As I was trying to find an answer to another problem, I was informed that the equation I was using would not work.
The equation I was using was
$$F = (NI)^2\mu_0\frac{\text{Area}}{2g^2}$$
If this is indeed wrong, could someone please explain how it is wrong? I have spent some time trying to figure out what's wrong, and I can't seem to find the issue.
It seems to me, like my only problem is the one I asked about in my original question.
TIA, to anyone who can clarify this problem.
Edit:
I may have just solved my own problem. I think I may have written the equation in my other question wrong. Looking at it, I don't know how I missed this before, it looks like I wrote it as $$F = (NI)\mu_0\frac{\text{Area}}{2g^2}$$ and not the correct equation of $$F = (NI)^2\mu_0\frac{\text{Area}}{2g^2}$$
While I believe this is correct, could someone please verify?
I am going to be rearranging it to find the number of coils I require in my solenoid, and I really don't want to get this wrong.
Edit:
So, in order to help this along, I am going to do an example. As an aside, I was asking my other question because I was getting some funny numbers out of this when I used a value of Area taken from plane b.
Setup:
So, if I am presented with a cylinder 25mm long, and 5mm around, and I am asked to find the number of turns a solenoid that exerts a total force of 1 Newton/second on the cylinder at a distance of 5mm, and that uses 3 Amperes current must have, I would start by rearranging my solenoid force equation.
$$
\begin{align}
F &= (NI)^2\mu_0\frac{\text{Area}}{2g^2} \\[10px]
%
\frac{F}{\mu_0} &= (NI)^2\frac{\text{Area}}{2g^2} \\[10px]
%
\frac{F}{\mu_0\frac{\text{Area}}{2g^2}} &= (NI)^2 \\[10px]
%
\sqrt{\frac{F}{\mu_0\frac{\text{Area}}{2g^2}}} &= NI \\[10px]
%
\frac{1}{I}\sqrt{\frac{F}{\mu_0\frac{\text{Area}}{2g^2}}} &= N \\[10px]
\end{align}
$$
Where F is the force exerted on the cylinder in Newtons, N is the number of turns, I is the current passing through the coil, μ₀ is 4π x 10^-7, Area is is the area of the cylinder in plane b(See photo), and g is the distance separating. the cylinder from the coil.

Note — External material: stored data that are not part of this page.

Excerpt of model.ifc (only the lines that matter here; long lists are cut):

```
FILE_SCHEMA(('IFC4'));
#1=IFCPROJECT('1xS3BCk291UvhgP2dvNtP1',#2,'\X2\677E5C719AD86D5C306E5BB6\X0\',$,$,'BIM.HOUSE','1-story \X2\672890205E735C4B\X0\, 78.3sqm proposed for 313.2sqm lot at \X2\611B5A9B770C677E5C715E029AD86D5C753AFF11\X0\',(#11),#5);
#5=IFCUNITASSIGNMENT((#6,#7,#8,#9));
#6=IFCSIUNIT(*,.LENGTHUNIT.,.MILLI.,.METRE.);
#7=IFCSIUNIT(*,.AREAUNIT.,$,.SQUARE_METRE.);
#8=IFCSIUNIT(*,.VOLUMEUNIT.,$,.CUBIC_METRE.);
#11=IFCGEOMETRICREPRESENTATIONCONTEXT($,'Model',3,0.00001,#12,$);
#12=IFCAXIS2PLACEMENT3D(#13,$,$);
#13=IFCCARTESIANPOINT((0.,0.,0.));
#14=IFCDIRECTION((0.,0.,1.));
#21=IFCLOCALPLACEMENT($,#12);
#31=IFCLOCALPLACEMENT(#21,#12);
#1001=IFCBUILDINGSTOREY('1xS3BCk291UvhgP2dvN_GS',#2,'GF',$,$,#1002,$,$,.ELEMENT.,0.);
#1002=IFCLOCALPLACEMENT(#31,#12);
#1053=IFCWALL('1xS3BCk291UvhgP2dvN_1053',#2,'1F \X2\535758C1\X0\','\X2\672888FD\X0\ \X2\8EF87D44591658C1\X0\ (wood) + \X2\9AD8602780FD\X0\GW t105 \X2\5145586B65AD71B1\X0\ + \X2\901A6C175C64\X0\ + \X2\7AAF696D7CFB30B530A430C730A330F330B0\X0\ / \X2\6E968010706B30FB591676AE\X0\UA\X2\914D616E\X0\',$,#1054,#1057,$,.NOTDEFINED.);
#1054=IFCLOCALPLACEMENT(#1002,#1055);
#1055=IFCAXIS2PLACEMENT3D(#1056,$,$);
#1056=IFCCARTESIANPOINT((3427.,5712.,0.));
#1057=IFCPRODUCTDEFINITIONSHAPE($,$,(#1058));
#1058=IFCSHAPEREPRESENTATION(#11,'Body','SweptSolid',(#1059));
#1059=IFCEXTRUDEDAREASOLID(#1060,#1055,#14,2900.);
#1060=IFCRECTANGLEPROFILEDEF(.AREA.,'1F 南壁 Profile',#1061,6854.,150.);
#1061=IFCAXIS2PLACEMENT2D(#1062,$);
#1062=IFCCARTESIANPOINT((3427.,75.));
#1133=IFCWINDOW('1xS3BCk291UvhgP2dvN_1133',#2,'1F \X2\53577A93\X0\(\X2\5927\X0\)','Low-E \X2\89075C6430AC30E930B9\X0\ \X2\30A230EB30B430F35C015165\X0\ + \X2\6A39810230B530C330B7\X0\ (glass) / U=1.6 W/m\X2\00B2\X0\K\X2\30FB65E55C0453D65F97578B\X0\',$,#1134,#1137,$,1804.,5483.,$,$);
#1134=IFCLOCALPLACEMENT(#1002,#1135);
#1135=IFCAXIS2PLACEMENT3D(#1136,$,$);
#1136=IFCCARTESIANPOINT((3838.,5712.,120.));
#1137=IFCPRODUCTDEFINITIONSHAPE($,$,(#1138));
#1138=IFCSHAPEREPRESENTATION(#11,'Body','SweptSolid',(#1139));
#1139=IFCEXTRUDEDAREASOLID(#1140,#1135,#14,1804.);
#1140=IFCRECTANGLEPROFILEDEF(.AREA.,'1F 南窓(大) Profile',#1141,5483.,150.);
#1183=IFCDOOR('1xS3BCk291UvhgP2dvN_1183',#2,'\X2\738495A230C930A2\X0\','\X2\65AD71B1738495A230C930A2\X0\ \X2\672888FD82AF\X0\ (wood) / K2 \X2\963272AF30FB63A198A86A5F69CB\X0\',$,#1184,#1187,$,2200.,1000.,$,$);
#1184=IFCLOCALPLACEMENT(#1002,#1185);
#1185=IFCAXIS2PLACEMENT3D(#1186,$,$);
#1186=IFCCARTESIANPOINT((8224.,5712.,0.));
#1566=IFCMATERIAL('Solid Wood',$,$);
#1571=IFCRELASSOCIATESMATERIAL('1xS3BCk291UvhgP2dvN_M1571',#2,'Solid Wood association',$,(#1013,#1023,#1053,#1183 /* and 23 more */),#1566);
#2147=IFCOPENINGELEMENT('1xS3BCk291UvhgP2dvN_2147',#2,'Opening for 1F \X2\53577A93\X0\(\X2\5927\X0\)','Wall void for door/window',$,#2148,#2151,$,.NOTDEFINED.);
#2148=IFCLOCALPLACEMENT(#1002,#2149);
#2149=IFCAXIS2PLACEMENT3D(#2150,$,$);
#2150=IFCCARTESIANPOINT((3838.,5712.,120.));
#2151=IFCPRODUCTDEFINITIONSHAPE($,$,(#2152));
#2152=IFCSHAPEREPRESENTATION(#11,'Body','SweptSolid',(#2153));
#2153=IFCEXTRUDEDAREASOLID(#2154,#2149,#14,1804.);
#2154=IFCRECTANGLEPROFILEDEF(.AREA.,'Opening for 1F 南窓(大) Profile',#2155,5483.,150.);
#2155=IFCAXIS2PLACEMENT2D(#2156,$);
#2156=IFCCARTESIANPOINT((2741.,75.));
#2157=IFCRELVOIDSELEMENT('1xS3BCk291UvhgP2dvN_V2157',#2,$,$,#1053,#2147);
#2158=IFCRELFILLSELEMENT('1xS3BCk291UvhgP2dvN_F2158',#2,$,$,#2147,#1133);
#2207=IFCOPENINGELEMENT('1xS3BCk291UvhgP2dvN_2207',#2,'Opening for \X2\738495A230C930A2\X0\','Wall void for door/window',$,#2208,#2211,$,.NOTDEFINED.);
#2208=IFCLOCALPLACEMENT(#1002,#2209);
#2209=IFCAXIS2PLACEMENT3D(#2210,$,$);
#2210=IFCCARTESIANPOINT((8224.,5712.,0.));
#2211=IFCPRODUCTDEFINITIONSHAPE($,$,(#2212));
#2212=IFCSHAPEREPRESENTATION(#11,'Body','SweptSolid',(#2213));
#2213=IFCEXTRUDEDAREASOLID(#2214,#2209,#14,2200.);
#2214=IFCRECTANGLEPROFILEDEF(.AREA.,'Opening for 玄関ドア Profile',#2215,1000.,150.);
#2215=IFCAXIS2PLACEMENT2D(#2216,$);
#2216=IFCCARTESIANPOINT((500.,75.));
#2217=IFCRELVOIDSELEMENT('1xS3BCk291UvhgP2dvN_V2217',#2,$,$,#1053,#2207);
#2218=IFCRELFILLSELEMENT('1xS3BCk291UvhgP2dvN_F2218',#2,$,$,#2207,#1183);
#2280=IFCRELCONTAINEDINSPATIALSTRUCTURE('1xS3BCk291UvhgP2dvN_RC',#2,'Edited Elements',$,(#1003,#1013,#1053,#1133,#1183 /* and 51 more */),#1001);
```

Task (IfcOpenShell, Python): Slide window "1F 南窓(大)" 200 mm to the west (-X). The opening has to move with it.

```python
import ifcopenshell
import ifcopenshell.api.geometry
import ifcopenshell.util.placement
import ifcopenshell.util.unit

model = ifcopenshell.open("model.ifc")
unit_scale = ifcopenshell.util.unit.calculate_unit_scale(model)

window = model.by_id(1133)
opening = window.FillsVoids[0].RelatingOpeningElement
wall = opening.VoidsElements[0].RelatingBuildingElement

wall_matrix = ifcopenshell.util.placement.get_local_placement(wall.ObjectPlacement)
shift = wall_matrix[:3, 0] * -0.2 / unit_scale
before = ifcopenshell.util.placement.get_local_placement(window.ObjectPlacement)[:3, 3].copy()

# The window is not placed relative to its opening, so move both.
for product in (opening, window):
    matrix = ifcopenshell.util.placement.get_local_placement(product.ObjectPlacement)
    matrix[:3, 3] += shift
    ifcopenshell.api.geometry.edit_object_placement(model, product=product, matrix=matrix, is_si=False)

after = ifcopenshell.util.placement.get_local_placement(window.ObjectPlacement)[:3, 3]
print("window moved by", (after - before).round(3) + 0.0)

model.write("model_edited.ifc")
```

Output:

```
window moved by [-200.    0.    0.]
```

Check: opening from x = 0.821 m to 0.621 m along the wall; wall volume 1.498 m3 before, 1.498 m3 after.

Example of planes passing through a cylinder:
$\hspace{175px}$
.
$$
\begin{align}
\sqrt{\frac{(1)}{(4π · 10^{-7})\frac{\text{Area}}{2(15)^2}}}/(3) &= N \\[10px]
\sqrt{\frac{1}{4π · 10^{-7}·\frac{\text{(19.634375)}}{2(15)^2}}}/3 &= N \\[10px]
\end{align}
$$
And we know area is about $19.634375$ because area is $\pi r^2$ and the radius was $2.5 \, \mathrm{mm}$.
$$
\begin{align}
\sqrt{\frac{1}{4π · 10^{-7}· 19.634375}}/3 &= N \\[10px]
\sqrt{\frac{1}{0.000024673283}}/3 &= N \\[10px]
\sqrt{40529.66927830399}/3 &= N \\[10px]
201.3198183942753/3 &= N \\[10px]
N &= 67.1066061314251 \\[10px]
N &= 67.1~\text{Turns}
\end{align}
$$
I don't believe I missed anything but if I did something wrong, please tell me. I hope this helps determine if this is the correct equation or not.
Edit:
I don't suppose anyone can check my math?
Best Answer
The force on a magnetic moment will depend on the field gradient. For a magnetic dipole on axis with a thin coil, the problem is fairly easy to solve. (Assume axis is in the z-direction.)
Calculate the $B$ field from a thin coil as a function of $z$.
Differentiate with respect to axis direction ($z$) to find the field gradient.
Calculate force, $F = u\frac{dBz}{dz}$.
The force will depend on the distance between the coil and magnetic moment.
(A magnetic moment in a uniform $B$ field experiences no force - only a torque.)